The value for p will determine the rate of decay of the numerical diffusion with the distance to the critical points. A value closer to 1 will add more diffusion in the far field, while a larger value will make the diffusion vanish faster, but on the other hand, increasing p may make the nonlinear system more difficult to solve. In principle, as p goes to infinity the method will add the perturbations only in points with local extrema. In our calculations we have tested several different values for p, and have presented those for \(p=1,4,8\), and 10. The higher values provide better numerical results, while keeping the nonlinear solver converging within a reasonable number of iterations.
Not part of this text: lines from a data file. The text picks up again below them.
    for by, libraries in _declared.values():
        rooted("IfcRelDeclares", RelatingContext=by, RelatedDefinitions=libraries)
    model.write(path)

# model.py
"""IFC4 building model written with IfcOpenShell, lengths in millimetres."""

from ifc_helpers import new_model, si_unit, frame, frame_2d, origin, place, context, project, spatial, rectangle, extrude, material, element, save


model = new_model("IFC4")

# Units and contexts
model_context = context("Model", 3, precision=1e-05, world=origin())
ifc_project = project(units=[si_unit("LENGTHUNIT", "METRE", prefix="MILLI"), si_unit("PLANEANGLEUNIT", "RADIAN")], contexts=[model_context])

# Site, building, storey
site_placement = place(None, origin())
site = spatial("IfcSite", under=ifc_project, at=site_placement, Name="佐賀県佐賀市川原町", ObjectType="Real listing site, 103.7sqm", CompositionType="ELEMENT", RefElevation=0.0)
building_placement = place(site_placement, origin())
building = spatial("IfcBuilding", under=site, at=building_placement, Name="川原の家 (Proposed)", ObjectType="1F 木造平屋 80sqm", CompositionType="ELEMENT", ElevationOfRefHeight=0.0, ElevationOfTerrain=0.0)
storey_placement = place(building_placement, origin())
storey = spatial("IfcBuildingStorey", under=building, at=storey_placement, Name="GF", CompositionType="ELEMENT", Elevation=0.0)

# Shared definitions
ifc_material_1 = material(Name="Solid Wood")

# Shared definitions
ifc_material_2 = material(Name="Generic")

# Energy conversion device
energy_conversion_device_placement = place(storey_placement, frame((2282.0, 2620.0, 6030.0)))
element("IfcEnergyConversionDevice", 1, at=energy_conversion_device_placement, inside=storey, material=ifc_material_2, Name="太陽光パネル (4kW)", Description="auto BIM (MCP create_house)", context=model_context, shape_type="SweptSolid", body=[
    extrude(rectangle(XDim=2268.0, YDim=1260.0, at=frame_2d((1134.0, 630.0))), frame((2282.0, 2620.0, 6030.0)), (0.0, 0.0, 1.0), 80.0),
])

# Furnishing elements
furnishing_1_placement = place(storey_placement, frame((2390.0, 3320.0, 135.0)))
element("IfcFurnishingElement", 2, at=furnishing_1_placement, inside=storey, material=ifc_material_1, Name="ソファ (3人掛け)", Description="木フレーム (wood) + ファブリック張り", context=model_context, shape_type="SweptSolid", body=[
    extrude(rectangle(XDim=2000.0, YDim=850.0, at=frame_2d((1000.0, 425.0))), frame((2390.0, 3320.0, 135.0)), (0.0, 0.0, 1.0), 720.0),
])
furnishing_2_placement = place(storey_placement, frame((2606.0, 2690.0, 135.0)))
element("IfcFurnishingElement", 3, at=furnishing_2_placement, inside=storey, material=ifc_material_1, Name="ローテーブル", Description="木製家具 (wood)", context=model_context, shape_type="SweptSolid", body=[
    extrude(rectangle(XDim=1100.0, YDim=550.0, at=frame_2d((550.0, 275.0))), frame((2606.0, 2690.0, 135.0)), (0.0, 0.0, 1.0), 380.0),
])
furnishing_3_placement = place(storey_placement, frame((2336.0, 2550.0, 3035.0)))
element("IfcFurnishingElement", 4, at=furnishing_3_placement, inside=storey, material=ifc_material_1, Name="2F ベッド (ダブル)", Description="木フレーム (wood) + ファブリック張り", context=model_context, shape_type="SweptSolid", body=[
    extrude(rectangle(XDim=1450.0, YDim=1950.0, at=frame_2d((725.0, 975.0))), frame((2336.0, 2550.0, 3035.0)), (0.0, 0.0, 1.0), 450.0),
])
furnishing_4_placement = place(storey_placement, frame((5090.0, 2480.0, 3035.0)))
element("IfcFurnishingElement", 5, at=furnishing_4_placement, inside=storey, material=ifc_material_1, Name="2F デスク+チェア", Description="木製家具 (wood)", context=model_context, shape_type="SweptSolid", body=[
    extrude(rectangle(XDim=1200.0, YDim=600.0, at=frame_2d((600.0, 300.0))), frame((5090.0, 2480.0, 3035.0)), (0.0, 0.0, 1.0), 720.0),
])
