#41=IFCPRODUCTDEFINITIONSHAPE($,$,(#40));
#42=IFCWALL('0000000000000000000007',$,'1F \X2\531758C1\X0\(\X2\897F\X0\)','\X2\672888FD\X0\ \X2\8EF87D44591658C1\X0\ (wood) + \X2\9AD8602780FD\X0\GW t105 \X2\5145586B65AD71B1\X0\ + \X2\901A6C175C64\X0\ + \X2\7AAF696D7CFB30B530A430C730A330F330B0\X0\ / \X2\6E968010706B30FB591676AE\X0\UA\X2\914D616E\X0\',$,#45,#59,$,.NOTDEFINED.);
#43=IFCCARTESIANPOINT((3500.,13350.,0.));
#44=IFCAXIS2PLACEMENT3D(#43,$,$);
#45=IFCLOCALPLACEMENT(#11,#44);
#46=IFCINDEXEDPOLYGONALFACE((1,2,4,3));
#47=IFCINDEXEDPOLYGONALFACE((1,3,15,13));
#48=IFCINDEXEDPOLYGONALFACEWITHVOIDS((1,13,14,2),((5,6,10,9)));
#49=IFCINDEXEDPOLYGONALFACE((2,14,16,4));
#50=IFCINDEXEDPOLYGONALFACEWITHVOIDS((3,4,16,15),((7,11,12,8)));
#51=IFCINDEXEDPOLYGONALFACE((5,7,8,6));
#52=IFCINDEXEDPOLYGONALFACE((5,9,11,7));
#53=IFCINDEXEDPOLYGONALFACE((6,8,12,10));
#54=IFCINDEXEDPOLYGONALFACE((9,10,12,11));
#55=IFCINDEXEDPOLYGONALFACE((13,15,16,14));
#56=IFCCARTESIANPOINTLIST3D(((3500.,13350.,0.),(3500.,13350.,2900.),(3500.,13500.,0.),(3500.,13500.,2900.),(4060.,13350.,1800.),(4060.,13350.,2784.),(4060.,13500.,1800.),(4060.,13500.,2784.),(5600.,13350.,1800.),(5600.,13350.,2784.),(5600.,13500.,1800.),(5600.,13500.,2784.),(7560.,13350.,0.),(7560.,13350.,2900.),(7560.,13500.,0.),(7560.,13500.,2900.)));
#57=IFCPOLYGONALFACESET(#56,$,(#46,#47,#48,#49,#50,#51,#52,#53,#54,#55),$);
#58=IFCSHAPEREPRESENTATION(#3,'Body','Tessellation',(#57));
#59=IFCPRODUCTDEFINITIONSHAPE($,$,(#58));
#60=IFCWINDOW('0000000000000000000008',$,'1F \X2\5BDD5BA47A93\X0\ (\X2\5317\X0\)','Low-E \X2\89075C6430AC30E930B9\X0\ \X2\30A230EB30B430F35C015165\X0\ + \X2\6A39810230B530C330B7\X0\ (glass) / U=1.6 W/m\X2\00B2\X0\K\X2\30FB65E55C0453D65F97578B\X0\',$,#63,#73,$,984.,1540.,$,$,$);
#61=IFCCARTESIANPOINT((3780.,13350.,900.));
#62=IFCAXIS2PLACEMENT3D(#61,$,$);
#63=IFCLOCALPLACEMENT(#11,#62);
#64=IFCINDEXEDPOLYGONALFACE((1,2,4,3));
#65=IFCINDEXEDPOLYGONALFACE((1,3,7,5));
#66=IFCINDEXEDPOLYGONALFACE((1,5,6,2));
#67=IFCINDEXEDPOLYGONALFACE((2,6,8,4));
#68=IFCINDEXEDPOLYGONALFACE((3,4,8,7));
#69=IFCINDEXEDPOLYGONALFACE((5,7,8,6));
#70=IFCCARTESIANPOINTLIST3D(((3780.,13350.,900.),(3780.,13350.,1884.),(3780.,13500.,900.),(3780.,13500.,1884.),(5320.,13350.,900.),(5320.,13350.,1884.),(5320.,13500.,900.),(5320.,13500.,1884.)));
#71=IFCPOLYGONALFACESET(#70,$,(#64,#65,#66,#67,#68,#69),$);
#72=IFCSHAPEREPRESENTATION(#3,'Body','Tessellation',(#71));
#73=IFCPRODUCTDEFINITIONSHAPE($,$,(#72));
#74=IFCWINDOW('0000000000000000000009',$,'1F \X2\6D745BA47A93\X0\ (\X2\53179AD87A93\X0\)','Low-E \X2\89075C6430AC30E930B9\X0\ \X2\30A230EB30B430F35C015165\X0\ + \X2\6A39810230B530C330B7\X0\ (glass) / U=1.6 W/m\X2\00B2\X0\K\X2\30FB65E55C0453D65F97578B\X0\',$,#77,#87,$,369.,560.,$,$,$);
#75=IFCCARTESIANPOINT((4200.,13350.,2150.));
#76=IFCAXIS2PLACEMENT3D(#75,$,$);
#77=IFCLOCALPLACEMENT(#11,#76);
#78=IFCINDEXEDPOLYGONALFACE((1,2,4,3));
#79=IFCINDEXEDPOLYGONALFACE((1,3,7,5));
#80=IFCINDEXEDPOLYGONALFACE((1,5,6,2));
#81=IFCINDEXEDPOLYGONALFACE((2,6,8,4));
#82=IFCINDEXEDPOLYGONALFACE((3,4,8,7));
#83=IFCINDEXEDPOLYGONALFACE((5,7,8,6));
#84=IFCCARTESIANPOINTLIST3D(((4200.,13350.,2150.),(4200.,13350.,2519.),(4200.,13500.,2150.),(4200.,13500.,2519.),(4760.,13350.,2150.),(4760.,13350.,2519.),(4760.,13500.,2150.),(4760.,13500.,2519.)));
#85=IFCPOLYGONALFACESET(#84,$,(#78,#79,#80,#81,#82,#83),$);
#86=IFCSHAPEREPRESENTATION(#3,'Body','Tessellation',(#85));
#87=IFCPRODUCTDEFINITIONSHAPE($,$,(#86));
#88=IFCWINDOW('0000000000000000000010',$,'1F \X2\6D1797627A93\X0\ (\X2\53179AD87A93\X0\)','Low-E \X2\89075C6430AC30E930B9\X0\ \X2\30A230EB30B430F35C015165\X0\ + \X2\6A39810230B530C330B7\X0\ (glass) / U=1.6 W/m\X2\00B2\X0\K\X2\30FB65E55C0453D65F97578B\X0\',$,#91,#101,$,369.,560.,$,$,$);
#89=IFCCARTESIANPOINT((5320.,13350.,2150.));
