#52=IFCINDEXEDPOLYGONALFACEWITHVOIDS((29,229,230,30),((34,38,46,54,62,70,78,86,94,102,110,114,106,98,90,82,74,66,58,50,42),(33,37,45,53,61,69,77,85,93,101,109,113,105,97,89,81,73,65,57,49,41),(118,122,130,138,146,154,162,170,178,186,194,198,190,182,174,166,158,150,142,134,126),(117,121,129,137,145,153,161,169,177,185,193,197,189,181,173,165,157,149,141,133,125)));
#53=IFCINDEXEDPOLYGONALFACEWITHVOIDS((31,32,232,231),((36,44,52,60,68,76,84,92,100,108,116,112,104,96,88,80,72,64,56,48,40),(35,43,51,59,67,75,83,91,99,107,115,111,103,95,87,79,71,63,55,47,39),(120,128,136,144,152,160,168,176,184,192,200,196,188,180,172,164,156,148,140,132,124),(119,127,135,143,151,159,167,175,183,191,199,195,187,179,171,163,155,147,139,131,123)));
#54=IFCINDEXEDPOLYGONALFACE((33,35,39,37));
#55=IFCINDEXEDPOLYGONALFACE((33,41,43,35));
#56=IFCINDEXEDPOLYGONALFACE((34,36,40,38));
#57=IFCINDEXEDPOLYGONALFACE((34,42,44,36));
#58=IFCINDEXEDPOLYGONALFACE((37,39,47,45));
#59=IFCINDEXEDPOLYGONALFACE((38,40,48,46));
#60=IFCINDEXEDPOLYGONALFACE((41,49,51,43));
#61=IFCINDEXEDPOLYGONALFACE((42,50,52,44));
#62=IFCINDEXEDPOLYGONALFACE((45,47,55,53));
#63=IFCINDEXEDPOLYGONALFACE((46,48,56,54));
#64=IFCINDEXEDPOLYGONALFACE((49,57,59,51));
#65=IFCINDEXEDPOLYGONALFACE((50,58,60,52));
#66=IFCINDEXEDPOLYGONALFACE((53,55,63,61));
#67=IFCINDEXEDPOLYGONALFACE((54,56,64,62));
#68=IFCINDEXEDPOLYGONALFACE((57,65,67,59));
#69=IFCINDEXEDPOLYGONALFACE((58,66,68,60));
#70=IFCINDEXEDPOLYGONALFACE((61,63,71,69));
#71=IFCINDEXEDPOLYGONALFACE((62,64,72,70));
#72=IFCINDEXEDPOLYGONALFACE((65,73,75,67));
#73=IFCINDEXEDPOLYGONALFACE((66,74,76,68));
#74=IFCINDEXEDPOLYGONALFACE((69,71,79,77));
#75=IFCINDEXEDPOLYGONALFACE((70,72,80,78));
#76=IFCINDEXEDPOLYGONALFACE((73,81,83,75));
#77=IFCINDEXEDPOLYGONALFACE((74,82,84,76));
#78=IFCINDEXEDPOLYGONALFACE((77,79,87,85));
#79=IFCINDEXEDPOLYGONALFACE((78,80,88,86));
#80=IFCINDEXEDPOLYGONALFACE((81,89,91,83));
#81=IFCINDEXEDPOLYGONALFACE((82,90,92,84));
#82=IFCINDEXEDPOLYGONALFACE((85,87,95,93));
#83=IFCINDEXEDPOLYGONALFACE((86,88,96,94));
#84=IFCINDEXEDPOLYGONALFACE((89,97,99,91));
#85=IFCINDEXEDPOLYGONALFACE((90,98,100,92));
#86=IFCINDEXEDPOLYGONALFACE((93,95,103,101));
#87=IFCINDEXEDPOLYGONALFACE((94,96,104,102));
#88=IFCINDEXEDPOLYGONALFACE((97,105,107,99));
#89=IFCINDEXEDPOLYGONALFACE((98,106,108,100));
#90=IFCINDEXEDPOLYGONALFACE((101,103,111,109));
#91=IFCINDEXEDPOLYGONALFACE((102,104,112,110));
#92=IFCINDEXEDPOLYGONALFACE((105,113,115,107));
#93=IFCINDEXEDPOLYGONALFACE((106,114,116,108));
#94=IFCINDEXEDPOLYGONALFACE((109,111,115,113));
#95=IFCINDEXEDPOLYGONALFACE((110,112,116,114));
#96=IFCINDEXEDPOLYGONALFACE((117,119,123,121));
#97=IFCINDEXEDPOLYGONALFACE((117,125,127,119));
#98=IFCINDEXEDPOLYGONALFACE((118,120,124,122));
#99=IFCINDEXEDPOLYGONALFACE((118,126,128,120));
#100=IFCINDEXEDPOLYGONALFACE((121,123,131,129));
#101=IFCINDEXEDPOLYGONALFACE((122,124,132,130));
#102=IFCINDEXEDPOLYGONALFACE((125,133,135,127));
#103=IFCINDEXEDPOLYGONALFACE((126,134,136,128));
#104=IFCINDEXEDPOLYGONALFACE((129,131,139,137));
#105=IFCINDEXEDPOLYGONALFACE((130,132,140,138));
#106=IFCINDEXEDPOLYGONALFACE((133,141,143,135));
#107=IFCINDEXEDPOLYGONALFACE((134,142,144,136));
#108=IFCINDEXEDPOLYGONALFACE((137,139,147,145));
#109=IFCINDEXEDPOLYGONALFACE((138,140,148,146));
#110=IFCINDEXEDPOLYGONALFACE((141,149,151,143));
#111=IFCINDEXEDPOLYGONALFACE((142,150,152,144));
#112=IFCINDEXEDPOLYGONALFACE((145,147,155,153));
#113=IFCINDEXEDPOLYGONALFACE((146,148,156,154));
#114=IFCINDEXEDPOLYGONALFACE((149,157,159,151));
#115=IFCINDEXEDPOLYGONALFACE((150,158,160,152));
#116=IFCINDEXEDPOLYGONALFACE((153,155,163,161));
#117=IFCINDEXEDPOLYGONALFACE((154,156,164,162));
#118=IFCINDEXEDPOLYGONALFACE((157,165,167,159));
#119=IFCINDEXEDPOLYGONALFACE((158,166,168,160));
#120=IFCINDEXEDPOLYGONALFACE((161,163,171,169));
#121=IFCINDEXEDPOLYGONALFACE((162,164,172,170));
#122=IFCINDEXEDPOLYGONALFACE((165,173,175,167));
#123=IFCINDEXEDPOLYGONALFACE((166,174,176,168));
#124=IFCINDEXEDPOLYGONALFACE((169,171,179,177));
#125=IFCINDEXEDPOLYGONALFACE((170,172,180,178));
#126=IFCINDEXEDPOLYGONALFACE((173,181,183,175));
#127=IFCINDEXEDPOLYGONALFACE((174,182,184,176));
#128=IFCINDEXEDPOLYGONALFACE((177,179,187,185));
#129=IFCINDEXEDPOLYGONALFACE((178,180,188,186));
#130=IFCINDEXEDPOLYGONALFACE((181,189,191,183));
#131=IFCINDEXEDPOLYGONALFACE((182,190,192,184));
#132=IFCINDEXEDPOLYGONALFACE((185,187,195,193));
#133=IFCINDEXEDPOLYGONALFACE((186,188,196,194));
In Sect. 5 below we present a more detailed study of the behavior of the nonlinear solver with respect to the value of p.We finally stress the fact that, for any value of p, the function \(\alpha _E^{}(w_h)\) is equal to 1 if \(w_h\) has a local extremum in one of the end points of the edge E. This property is of fundamental importance for the proof of the discrete maximum principle below.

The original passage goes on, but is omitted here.